#Data Extractor

Send text, an image, or a PDF; declare the fields you want; get back structured JSON with per-field confidence and citation anchors (where each value was found). Built so callers can route between auto-approve and human-review programmatically — no re-parsing the LLM's prose.

POSThttps://aiengine.velgent.com/api/v1/extract

For worked requests + example responses across text, image, and PDF inputs, see Examples.

#What you get

Three things on every response, in addition to the structured output:

  • extracted — the values, keyed by the field names in your schema.
  • confidence — a 0.01.0 score per leaf field. Routes between auto-approve and review.
  • anchors — for each value, the exact source phrase the LLM used.

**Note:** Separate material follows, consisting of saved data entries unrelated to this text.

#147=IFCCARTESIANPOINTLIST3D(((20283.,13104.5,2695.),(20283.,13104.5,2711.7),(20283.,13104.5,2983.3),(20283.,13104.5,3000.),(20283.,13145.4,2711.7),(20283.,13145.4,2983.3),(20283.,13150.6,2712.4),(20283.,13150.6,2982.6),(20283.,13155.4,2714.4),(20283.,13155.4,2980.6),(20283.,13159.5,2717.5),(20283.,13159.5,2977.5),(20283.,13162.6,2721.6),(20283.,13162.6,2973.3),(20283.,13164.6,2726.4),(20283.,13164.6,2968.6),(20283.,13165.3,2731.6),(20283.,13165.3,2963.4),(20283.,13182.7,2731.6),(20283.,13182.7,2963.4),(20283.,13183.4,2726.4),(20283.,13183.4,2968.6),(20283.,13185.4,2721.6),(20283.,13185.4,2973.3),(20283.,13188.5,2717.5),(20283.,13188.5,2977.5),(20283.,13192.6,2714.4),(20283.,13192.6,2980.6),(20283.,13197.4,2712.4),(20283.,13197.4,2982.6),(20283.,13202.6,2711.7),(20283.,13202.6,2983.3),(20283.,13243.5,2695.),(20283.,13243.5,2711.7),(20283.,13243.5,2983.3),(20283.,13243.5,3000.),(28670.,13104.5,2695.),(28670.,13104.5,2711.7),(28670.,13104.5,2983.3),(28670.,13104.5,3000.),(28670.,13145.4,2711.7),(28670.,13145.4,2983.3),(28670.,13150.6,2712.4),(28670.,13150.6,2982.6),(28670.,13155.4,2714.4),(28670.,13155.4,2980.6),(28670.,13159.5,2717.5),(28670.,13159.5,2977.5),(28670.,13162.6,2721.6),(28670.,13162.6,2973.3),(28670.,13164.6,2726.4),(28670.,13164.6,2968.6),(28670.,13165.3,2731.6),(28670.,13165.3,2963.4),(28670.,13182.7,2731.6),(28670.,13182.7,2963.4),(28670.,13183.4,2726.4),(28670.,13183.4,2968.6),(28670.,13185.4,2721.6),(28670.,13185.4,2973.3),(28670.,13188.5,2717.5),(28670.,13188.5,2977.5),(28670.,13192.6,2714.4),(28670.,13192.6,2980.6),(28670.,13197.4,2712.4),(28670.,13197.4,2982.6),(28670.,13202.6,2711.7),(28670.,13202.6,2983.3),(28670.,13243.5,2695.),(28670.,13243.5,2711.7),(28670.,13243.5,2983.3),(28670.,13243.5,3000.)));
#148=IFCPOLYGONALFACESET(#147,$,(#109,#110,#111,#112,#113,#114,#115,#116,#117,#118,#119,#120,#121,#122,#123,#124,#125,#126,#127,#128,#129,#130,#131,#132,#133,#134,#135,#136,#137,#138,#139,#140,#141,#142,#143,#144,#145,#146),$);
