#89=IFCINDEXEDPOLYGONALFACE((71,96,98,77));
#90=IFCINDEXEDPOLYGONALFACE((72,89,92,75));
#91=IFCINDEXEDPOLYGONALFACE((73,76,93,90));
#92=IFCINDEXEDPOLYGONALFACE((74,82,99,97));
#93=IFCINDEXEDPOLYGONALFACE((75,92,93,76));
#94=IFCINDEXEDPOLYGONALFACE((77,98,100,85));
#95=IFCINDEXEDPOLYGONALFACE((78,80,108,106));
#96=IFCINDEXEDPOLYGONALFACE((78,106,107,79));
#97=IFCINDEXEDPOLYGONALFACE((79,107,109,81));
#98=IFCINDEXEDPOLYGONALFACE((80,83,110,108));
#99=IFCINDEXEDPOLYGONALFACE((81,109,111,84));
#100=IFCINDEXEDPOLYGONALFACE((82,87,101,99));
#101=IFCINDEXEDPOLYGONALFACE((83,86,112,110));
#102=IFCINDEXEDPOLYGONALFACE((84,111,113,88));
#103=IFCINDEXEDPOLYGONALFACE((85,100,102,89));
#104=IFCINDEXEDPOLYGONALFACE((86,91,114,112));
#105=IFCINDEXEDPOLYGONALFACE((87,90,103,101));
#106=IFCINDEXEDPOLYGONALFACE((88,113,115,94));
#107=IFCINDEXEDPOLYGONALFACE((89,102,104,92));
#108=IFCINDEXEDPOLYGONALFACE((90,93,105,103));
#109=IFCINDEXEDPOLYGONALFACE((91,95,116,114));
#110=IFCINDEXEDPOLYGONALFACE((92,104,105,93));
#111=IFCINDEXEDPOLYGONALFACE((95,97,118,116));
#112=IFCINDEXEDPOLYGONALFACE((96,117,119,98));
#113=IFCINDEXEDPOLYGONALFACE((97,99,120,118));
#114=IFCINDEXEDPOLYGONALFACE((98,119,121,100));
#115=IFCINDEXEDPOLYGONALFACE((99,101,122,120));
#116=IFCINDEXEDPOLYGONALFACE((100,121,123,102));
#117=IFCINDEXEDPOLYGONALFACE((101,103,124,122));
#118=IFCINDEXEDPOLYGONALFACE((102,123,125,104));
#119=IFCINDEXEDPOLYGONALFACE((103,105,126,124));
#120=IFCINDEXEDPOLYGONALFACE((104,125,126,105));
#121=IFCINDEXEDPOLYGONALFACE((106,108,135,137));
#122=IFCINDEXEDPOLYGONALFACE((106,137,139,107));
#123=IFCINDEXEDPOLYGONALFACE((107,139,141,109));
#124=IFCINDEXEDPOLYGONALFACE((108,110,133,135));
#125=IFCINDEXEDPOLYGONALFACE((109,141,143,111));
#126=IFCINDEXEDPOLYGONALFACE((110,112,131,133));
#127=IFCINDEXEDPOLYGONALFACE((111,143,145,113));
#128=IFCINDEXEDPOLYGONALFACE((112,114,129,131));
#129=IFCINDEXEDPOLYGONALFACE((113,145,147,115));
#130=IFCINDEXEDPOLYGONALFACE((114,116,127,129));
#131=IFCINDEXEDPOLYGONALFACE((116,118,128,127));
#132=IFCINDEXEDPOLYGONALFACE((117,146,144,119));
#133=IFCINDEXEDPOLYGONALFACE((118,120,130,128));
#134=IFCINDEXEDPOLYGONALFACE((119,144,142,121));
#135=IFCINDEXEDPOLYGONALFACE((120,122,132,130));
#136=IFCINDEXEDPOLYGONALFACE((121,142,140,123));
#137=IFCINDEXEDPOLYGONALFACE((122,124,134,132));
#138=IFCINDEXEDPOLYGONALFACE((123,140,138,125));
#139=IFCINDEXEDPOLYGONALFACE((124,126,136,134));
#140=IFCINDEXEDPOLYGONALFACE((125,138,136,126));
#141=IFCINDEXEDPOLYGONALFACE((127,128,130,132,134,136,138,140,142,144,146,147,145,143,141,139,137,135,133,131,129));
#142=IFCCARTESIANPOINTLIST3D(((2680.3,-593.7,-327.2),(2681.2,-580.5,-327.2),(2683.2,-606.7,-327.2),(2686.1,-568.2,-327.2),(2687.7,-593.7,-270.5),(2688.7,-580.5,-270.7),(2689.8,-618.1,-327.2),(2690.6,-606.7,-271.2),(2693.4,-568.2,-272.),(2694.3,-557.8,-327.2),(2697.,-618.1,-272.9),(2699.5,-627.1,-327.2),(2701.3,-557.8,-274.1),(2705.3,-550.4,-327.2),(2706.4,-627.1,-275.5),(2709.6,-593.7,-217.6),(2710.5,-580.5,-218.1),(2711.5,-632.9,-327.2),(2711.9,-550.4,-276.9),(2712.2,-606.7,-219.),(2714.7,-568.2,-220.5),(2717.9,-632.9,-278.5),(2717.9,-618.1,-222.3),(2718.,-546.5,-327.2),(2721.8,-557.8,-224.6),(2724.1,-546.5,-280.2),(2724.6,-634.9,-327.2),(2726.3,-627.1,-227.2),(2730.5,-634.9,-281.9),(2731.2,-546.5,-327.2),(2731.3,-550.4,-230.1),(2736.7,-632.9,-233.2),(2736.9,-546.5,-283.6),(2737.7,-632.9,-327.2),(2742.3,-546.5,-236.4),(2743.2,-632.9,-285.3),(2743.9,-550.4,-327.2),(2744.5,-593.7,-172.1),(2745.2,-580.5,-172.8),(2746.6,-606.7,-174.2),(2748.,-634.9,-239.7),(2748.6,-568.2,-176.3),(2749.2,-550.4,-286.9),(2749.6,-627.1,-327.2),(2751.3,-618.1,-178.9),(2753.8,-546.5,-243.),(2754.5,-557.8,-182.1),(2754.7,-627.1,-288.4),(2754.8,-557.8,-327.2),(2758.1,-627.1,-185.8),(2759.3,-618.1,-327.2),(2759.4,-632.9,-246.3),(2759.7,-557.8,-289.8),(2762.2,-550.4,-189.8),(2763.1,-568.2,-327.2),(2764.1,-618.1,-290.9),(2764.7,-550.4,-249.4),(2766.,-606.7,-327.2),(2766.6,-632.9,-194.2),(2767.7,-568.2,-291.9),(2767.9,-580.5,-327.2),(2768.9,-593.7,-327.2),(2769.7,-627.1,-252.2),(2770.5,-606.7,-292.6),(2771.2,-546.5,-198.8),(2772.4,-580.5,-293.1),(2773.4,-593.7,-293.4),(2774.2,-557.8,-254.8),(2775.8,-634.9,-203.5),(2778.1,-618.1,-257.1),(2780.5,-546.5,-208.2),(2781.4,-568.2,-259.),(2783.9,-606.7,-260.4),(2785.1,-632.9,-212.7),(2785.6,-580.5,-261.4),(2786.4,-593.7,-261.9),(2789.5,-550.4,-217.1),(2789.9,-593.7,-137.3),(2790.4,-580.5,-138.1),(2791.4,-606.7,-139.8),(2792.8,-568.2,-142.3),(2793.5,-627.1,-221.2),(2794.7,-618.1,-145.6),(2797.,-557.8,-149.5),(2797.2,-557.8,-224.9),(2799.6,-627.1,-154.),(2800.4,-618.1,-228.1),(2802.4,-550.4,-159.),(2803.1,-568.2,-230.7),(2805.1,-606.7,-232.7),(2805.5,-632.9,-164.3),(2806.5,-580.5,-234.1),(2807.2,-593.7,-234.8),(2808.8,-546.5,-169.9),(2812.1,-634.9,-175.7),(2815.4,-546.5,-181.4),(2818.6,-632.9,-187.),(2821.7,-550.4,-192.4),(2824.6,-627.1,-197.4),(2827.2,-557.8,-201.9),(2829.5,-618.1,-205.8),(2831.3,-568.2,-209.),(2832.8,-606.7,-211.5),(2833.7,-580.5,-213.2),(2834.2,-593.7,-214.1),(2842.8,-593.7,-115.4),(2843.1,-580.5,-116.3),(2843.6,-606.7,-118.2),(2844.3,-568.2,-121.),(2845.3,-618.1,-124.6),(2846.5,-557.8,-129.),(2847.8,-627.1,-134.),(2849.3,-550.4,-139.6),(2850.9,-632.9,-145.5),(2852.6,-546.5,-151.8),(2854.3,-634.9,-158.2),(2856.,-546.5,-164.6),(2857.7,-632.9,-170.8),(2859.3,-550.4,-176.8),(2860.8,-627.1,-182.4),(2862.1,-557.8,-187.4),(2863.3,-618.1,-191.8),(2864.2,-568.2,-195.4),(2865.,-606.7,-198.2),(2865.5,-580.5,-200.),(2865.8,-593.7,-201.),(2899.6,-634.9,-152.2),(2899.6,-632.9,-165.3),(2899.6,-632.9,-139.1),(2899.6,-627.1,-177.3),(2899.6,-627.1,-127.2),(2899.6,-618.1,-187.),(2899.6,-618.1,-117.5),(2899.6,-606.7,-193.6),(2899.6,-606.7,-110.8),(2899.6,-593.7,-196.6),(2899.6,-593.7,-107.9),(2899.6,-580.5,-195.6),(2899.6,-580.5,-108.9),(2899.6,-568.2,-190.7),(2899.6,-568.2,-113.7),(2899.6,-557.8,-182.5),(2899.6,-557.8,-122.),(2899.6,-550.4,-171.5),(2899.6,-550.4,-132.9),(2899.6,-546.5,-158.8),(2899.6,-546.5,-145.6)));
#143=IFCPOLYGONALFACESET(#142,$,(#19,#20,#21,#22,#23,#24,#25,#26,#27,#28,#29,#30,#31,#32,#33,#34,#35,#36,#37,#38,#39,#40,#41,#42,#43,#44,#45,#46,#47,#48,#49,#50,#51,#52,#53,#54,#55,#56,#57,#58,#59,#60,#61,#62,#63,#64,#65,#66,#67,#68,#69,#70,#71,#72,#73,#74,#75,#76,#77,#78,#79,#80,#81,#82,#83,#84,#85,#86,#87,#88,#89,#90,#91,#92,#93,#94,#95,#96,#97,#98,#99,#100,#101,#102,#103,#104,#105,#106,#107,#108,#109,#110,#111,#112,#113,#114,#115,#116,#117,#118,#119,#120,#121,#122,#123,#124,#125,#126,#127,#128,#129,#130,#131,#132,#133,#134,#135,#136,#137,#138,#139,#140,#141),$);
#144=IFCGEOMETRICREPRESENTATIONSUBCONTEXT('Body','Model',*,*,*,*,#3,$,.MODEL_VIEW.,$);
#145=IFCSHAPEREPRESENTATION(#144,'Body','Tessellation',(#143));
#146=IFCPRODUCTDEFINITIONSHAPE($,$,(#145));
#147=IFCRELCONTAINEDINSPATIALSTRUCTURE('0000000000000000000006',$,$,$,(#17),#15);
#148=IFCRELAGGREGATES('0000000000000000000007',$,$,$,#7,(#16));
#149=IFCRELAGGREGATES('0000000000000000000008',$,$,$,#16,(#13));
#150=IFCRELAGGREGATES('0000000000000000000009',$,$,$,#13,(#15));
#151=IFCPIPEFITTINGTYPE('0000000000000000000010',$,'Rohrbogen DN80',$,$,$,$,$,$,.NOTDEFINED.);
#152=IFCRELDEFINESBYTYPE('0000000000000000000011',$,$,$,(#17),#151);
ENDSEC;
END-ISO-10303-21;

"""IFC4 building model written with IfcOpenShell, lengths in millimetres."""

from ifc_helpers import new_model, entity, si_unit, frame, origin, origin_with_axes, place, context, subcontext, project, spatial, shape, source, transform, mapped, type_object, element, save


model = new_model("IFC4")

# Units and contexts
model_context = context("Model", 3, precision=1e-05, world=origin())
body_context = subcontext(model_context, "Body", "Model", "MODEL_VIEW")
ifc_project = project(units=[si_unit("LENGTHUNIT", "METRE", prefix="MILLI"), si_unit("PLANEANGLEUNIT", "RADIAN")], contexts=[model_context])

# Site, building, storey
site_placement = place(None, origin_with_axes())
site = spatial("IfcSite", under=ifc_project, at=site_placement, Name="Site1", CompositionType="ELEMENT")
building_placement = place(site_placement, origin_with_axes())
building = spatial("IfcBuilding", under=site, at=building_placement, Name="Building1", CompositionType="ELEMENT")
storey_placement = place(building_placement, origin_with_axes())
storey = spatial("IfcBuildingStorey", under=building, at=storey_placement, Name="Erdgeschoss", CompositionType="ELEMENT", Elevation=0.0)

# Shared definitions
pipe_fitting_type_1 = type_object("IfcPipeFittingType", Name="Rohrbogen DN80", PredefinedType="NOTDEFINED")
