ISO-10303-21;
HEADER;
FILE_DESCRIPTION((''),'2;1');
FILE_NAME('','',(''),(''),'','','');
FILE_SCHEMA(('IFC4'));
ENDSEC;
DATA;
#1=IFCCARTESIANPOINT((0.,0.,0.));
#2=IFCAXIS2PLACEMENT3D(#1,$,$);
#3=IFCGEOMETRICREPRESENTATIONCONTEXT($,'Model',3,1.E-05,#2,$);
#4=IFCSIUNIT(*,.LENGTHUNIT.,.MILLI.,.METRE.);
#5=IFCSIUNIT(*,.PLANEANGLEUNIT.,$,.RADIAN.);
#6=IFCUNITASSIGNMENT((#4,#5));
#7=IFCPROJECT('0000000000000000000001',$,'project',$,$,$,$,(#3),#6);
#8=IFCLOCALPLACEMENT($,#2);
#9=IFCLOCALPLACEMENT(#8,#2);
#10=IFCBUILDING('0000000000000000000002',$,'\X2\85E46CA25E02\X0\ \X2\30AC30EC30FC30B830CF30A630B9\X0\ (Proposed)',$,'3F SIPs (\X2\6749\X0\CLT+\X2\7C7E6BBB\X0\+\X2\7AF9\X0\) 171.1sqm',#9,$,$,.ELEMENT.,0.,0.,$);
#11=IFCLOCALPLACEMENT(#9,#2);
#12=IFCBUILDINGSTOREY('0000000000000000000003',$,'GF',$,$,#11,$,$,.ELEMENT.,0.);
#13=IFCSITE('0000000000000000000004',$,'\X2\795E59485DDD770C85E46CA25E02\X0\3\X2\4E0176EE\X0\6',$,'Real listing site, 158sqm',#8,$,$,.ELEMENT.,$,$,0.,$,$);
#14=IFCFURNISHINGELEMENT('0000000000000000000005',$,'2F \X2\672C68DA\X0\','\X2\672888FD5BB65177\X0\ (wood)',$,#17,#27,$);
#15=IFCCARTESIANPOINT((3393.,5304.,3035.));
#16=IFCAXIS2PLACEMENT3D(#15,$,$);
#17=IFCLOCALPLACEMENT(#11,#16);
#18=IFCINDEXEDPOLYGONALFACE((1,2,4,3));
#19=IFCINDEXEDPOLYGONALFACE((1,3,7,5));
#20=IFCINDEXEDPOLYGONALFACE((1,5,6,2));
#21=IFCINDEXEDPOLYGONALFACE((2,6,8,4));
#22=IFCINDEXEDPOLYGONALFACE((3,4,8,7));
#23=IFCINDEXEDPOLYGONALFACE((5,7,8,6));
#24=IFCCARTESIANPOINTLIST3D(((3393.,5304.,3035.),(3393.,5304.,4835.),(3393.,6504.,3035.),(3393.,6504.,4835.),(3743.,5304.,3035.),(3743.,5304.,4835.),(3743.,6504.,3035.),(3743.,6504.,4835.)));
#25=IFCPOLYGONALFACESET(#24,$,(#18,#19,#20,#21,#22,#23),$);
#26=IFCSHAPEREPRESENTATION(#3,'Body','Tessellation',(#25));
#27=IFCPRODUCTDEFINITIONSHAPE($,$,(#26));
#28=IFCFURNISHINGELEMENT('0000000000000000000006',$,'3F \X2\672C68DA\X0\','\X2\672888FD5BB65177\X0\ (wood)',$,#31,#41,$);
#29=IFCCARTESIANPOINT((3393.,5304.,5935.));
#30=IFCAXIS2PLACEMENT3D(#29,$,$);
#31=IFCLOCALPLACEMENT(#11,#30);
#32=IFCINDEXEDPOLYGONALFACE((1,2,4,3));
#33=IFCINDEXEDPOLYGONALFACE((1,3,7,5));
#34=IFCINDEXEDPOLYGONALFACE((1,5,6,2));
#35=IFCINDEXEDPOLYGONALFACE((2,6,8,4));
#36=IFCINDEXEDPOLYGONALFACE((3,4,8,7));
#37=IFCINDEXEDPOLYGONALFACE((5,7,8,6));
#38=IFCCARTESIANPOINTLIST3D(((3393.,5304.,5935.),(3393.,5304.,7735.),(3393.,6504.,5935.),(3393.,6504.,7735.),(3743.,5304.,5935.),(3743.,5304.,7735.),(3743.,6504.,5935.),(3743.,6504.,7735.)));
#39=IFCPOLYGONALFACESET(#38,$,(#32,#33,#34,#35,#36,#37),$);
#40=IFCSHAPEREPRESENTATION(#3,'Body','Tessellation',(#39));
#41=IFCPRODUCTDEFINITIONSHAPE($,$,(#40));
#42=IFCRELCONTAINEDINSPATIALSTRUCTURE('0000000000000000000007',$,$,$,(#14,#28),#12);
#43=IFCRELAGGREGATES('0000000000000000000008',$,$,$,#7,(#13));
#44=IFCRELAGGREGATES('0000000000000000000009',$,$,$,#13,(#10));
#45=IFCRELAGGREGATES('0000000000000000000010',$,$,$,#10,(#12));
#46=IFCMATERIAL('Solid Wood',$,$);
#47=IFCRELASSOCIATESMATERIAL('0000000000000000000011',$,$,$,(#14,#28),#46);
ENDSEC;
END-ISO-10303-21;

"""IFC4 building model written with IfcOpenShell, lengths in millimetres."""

from ifc_helpers import new_model, si_unit, frame, frame_2d, origin, place, context, project, spatial, rectangle, extrude, material, element, save


model = new_model("IFC4")

# Units and contexts
model_context = context("Model", 3, precision=1e-05, world=origin())
ifc_project = project(units=[si_unit("LENGTHUNIT", "METRE", prefix="MILLI"), si_unit("PLANEANGLEUNIT", "RADIAN")], contexts=[model_context])

# Site, building, storey
site_placement = place(None, origin())
site = spatial("IfcSite", under=ifc_project, at=site_placement, Name="神奈川県藤沢市3丁目6", ObjectType="Real listing site, 158sqm", CompositionType="ELEMENT", RefElevation=0.0)
building_placement = place(site_placement, origin())
building = spatial("IfcBuilding", under=site, at=building_placement, Name="藤沢市 ガレージハウス (Proposed)", ObjectType="3F SIPs (杉CLT+籾殻+竹) 171.1sqm", CompositionType="ELEMENT", ElevationOfRefHeight=0.0, ElevationOfTerrain=0.0)
storey_placement = place(building_placement, origin())
storey = spatial("IfcBuildingStorey", under=building, at=storey_placement, Name="GF", CompositionType="ELEMENT", Elevation=0.0)

# Shared definitions
ifc_material_1 = material(Name="Solid Wood")

# Furnishing elements
furnishing_1_placement = place(storey_placement, frame((3393.0, 5304.0, 3035.0)))
element("IfcFurnishingElement", 1, at=furnishing_1_placement, inside=storey, material=ifc_material_1, Name="2F 本棚", Description="木製家具 (wood)", context=model_context, shape_type="SweptSolid", body=[
    extrude(rectangle(XDim=350.0, YDim=1200.0, at=frame_2d((175.0, 600.0))), frame((3393.0, 5304.0, 3035.0)), (0.0, 0.0, 1.0), 1800.0),
])
furnishing_2_placement = place(storey_placement, frame((3393.0, 5304.0, 5935.0)))
element("IfcFurnishingElement", 2, at=furnishing_2_placement, inside=storey, material=ifc_material_1, Name="3F 本棚", Description="木製家具 (wood)", context=model_context, shape_type="SweptSolid", body=[
    extrude(rectangle(XDim=350.0, YDim=1200.0, at=frame_2d((175.0, 600.0))), frame((3393.0, 5304.0, 5935.0)), (0.0, 0.0, 1.0), 1800.0),
])

save(model, "model.ifc")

Mandatory in V0 — it's the audit trail and the hallucination guard.

Plus a components block so quality teams can see which signal drove a low confidence score (the LLM's own self-rating, anchor verification, source quality, schema validation), and schema_drift listing fields the model emitted that you didn't ask for.

#Two ways to declare the schema

You can pass the schema inline on every call, or publish a named template in the admin console and reference it by slug. Pick one per request.

ModeUse when
extraction_schema (inline)One-off shapes, schema is dynamic per request, or testing.
template (slug)Repeated shapes (invoices, receipts, KYC forms). Operator publishes once in admin → /extract-templates; callers pass {"template": "invoice_v1"} from then on.

#Request

HeaderRequiredDescription
AuthorizationYesBearer velgent_live_… — see Authentication.
Content-TypeYesapplication/json.
Idempotency-KeyNoAny opaque string ≤ 128 chars. Repeated calls within 24h return the original response.

#Body

FieldTypeRequiredDescription
textstringOne ofRaw text input. Max ~200,000 chars.
fileExtractFileOne ofImage or PDF, base64-encoded.
extraction_schemaExtractionSchemaOne ofInline schema declaring fields to extract.
templatestringOne ofSlug of a published template (admin → /extract-templates).
template_versionintegerNoPin to a specific version. Default = current published version.
output_format"json" | "html_fields" | "html_document"NoDefault "json". See Output formats.
optionsExtractOptionsNoPer-call knobs.
pii_action_override"REDACT" | "SUPPRESS" | "ALLOW" | nullNoPer-call override of the tenant's PII action policy. Applies to text inputs only — images go directly to the vision LLM.

You must provide exactly one of text / file (which input). For output_format "json" and "html_fields" you must also provide exactly one of extraction_schema / template (which target). "html_document" is whole-document HTML reconstruction with no schema — image or PDF input only. The engine rejects requests that violate either constraint with HTTP 422.

#Output formats

ModeReturnsUse when
json (default)Structured JSON with per-field confidence + anchors.Downstream automation — invoice posting, ticket routing, ETL.
html_fieldsSame JSON plus extracted_html, a deterministic HTML render (<dl>/<table>) of the extracted fields.Embedding the extracted data in an email, ticket comment, or notification.
html_documentextracted_html only — semantic HTML reconstruction of the whole source document. No extracted / confidence / anchors.Re-flowing scanned PDFs or document images into searchable / editable HTML. Image or PDF only.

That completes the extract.